Für solche Zwecke gibt es extra Multiroom Systeme. Da bin ich kein Fachmann für, aber schau doch mal was der Google zu dem Thema sagt.
Crestron ist da zu empfehlen - wenn man es richtig machen will.


----------



## Gonzberg (10. Mai 2014)

Danke Dir für den Hinweis!

Das 'Problem' ist, dass halt AVRs und (qualitative) Boxen im 'Überfluss' vorhanden sind und ich das gerne irgendwie mit der vorhandenen Hardware realisieren möchte.
Bei Multiroom muss ich direkt an Sonos denken und da muss man ja auch deren Boxen nehmen, etc.

Ich check trotzdem mal interessehalber Deinen Tip bzw. Crestron.


----------



## Dr Bakterius (10. Mai 2014)

Es gäbe auch solche Umschalter für den Amp oder Boxen als Beispiel.

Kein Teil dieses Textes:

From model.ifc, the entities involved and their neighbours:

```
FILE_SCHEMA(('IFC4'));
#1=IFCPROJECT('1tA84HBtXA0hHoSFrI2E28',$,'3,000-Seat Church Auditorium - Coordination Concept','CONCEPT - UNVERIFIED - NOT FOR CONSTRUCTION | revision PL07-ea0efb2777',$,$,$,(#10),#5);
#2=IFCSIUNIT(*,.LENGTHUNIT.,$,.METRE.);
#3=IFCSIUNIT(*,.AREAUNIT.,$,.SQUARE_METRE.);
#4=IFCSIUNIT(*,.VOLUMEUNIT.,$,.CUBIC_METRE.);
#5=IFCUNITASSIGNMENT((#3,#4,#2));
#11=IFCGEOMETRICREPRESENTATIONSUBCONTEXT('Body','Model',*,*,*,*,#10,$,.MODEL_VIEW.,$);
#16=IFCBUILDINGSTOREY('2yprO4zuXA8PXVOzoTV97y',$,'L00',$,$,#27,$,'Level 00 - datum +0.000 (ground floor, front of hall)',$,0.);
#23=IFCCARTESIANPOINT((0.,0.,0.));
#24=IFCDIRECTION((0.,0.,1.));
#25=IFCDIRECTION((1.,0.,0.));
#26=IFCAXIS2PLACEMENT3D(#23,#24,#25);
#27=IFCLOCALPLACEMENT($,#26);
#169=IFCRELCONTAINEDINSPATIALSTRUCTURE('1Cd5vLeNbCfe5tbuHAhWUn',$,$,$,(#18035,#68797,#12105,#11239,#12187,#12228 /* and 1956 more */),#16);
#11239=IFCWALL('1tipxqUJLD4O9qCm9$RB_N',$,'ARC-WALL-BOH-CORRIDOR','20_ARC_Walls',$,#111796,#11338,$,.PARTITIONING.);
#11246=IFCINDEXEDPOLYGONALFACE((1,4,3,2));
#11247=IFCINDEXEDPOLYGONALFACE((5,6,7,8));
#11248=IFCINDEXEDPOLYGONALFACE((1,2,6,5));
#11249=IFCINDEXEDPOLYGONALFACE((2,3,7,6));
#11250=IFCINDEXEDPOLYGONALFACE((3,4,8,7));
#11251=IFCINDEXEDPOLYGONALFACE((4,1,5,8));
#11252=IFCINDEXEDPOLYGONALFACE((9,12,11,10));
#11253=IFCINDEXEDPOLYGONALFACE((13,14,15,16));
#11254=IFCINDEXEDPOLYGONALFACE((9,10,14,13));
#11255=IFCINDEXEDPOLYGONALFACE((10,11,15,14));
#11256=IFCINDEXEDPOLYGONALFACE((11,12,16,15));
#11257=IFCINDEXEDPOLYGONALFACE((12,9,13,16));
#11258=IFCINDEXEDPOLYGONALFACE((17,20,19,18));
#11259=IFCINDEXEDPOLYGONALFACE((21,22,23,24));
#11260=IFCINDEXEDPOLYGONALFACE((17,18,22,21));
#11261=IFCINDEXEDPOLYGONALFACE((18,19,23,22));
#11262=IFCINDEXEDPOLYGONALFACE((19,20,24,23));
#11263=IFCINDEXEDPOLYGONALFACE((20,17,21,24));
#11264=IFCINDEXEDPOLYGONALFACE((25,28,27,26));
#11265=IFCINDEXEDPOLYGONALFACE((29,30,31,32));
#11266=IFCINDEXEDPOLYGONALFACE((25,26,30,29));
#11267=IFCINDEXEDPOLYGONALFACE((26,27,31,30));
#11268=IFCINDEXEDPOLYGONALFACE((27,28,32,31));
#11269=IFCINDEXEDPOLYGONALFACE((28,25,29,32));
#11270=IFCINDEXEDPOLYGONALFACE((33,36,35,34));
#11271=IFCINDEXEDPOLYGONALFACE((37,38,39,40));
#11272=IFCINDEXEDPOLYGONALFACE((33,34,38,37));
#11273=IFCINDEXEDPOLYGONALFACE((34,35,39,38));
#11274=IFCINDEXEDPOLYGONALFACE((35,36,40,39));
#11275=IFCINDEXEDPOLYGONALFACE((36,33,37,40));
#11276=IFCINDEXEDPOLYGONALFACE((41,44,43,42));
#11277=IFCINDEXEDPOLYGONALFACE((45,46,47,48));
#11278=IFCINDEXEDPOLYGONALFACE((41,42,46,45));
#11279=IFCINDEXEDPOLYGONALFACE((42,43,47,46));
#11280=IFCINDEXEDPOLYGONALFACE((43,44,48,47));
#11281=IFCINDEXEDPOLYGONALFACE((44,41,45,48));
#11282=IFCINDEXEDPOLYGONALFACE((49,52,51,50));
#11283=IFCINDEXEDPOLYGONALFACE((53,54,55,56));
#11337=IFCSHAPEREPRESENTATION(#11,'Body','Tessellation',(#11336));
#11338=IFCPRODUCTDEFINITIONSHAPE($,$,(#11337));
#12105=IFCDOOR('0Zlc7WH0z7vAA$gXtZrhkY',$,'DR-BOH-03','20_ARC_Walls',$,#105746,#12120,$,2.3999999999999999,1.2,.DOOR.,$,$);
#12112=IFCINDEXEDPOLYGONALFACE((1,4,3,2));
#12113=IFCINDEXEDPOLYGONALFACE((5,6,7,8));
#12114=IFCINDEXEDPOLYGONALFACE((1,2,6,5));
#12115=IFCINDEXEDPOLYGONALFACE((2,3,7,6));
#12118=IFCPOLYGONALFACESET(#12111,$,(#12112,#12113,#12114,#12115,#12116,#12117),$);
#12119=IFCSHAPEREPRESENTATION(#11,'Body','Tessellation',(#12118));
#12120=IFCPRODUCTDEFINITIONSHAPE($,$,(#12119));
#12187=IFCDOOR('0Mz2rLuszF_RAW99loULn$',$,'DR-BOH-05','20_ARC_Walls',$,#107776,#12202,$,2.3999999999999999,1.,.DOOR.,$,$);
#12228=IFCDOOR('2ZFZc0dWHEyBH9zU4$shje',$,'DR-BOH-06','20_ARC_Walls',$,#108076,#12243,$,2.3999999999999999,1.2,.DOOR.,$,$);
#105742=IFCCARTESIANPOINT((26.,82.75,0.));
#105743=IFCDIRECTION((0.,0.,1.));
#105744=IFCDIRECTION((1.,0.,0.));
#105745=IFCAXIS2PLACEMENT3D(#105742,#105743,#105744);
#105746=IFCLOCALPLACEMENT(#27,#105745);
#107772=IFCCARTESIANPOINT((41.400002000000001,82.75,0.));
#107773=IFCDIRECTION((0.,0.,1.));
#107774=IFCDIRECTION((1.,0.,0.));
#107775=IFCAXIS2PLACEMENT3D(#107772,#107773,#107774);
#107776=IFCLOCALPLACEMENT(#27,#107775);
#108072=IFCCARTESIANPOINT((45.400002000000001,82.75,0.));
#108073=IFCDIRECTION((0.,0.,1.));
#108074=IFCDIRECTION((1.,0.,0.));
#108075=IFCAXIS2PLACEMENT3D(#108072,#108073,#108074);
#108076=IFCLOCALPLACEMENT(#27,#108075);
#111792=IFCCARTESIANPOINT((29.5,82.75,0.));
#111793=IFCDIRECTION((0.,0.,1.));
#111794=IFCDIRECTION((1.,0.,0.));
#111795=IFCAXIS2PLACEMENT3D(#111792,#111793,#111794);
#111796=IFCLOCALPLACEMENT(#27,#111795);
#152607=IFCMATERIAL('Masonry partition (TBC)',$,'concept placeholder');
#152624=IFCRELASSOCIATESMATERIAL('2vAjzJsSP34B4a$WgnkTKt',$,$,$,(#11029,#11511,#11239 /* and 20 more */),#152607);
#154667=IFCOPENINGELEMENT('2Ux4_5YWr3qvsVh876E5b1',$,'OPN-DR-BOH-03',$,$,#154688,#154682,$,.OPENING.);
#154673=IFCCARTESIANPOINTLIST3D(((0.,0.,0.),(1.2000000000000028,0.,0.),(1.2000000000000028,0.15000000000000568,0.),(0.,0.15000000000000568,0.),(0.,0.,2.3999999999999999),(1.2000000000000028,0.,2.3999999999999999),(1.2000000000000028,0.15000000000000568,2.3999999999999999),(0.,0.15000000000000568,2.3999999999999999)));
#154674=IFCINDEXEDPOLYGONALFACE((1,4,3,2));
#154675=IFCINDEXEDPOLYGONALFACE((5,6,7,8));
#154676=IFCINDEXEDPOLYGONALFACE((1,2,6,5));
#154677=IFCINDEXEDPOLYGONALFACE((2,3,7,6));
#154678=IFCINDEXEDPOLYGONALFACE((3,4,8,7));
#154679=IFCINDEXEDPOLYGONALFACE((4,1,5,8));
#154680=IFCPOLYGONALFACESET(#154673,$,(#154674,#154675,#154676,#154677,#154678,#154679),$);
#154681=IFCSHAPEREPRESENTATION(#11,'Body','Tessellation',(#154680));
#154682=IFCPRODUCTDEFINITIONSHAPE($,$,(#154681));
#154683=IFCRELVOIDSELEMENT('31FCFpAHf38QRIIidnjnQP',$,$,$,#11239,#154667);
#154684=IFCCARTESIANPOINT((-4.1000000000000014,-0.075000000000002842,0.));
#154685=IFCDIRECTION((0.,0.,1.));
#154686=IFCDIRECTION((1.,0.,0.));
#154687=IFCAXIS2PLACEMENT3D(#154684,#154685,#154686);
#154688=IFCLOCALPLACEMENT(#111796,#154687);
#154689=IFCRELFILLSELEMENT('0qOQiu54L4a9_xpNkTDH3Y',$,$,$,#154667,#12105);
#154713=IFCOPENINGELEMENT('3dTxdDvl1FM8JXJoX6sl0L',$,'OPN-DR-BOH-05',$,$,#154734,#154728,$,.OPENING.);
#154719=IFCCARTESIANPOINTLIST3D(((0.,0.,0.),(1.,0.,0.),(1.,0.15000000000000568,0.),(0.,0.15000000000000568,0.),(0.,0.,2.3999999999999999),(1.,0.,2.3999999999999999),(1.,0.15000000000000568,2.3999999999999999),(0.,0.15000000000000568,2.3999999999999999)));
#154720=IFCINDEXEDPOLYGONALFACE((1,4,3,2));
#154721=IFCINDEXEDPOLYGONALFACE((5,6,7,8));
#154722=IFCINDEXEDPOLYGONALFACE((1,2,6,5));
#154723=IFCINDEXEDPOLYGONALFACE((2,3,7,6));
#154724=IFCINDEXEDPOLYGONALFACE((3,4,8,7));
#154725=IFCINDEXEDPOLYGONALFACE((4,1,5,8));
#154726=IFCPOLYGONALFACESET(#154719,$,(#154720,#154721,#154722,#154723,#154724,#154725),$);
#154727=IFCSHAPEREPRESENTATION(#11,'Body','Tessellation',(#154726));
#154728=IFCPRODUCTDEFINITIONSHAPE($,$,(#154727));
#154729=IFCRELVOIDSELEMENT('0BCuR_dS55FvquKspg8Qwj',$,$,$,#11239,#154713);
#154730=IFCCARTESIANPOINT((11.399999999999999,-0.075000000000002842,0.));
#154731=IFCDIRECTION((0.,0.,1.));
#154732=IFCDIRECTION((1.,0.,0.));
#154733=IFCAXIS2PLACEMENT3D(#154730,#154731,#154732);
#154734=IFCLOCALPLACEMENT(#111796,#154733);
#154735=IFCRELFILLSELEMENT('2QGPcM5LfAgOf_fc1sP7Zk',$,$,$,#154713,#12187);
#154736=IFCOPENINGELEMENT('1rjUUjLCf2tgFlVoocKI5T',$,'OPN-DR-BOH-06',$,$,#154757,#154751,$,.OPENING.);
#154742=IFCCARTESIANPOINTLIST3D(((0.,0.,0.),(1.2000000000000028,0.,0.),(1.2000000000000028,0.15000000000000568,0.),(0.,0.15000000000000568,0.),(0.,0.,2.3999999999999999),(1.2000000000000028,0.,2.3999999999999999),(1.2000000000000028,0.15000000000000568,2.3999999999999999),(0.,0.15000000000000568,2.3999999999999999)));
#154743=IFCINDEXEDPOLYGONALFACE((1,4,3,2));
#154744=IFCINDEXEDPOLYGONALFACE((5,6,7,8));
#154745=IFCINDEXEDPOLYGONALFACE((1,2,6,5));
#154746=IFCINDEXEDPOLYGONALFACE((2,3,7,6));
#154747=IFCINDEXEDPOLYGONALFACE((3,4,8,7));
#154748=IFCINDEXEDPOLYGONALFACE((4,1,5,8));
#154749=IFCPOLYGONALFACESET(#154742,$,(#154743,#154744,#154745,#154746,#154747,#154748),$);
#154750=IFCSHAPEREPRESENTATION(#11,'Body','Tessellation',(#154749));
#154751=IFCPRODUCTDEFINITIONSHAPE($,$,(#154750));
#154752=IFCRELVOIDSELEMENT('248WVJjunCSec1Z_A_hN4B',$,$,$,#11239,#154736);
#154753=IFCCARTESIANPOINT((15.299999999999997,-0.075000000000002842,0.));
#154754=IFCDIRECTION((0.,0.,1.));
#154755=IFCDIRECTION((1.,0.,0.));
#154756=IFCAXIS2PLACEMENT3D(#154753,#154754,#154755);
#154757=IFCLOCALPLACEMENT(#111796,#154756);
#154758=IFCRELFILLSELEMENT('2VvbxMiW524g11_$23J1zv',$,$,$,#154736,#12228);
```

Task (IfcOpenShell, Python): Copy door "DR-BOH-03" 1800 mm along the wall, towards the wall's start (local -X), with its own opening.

```python
import ifcopenshell
import ifcopenshell.api.feature
import ifcopenshell.api.geometry
import ifcopenshell.api.root
import ifcopenshell.geom
import ifcopenshell.util.element
import ifcopenshell.util.placement
import ifcopenshell.util.shape

model = ifcopenshell.open("model.ifc")
settings = ifcopenshell.geom.settings()


def volume(element):
    """Net volume in cubic metres, openings subtracted."""
    shape = ifcopenshell.geom.create_shape(settings, element)
    return ifcopenshell.util.shape.get_volume(shape.geometry)


door = model.by_guid("0Zlc7WH0z7vAA$gXtZrhkY")
opening = door.FillsVoids[0].RelatingOpeningElement
wall = opening.VoidsElements[0].RelatingBuildingElement
before = volume(wall)
shift = ifcopenshell.util.placement.get_local_placement(wall.ObjectPlacement)[:3, 0] * -1.8

# copy_class copies the void relationship, type, container and properties, but no geometry.
new_opening = ifcopenshell.api.root.copy_class(model, product=opening)
new_opening.Representation = ifcopenshell.util.element.copy_deep(
    model, opening.Representation, exclude=["IfcGeometricRepresentationContext", "IfcRepresentationMap"]
)
new_door = ifcopenshell.api.root.copy_class(model, product=door)
new_door.Representation = ifcopenshell.util.element.copy_deep(
    model, door.Representation, exclude=["IfcGeometricRepresentationContext", "IfcRepresentationMap"]
)
ifcopenshell.api.feature.add_filling(model, opening=new_opening, element=new_door)

for old, new in ((opening, new_opening), (door, new_door)):
    matrix = ifcopenshell.util.placement.get_local_placement(old.ObjectPlacement)
    matrix[:3, 3] += shift
    ifcopenshell.api.geometry.edit_object_placement(model, product=new, matrix=matrix, is_si=False)

after = volume(wall)

print(f"wall volume {before:.3f} -> {after:.3f} m3")

model.write("model_v2.ifc")
```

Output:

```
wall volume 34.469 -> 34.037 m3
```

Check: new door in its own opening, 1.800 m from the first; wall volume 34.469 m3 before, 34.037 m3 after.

Kommt halt drauf an welchen Aufwand man betreiben will mit der Verdrahtung und ob es per Funk oder ähnlichem geschaltet werden muss.


----------



## Gonzberg (10. Mai 2014)

Hmm, ich denke, dass Umschalter nicht wirklich Sinn ergeben, da ich die Boxen in den verschiedenen Räumen ja gleichzeitig betreiben möchte.
Das Verkabeln der Receiver bzw. das Durchschleifen des Signals wäre halt deshalb zu bevorzugen, da sich die Receiver ja im besten Fall jeweils mit einem Kabel verbinden lassen.
Wenn z.B. alle Boxen über einen Receiver gesteuert werden sollen (z.B. in Reihe an ausreichend starken Ausgängen), dann müsste man zig Lautsprecherkabel durch das ganze Haus legen.
Ausserdem könnten die Lautstärken in den einzlen Zimmern dann auch nicht getrennt gesteuert werden.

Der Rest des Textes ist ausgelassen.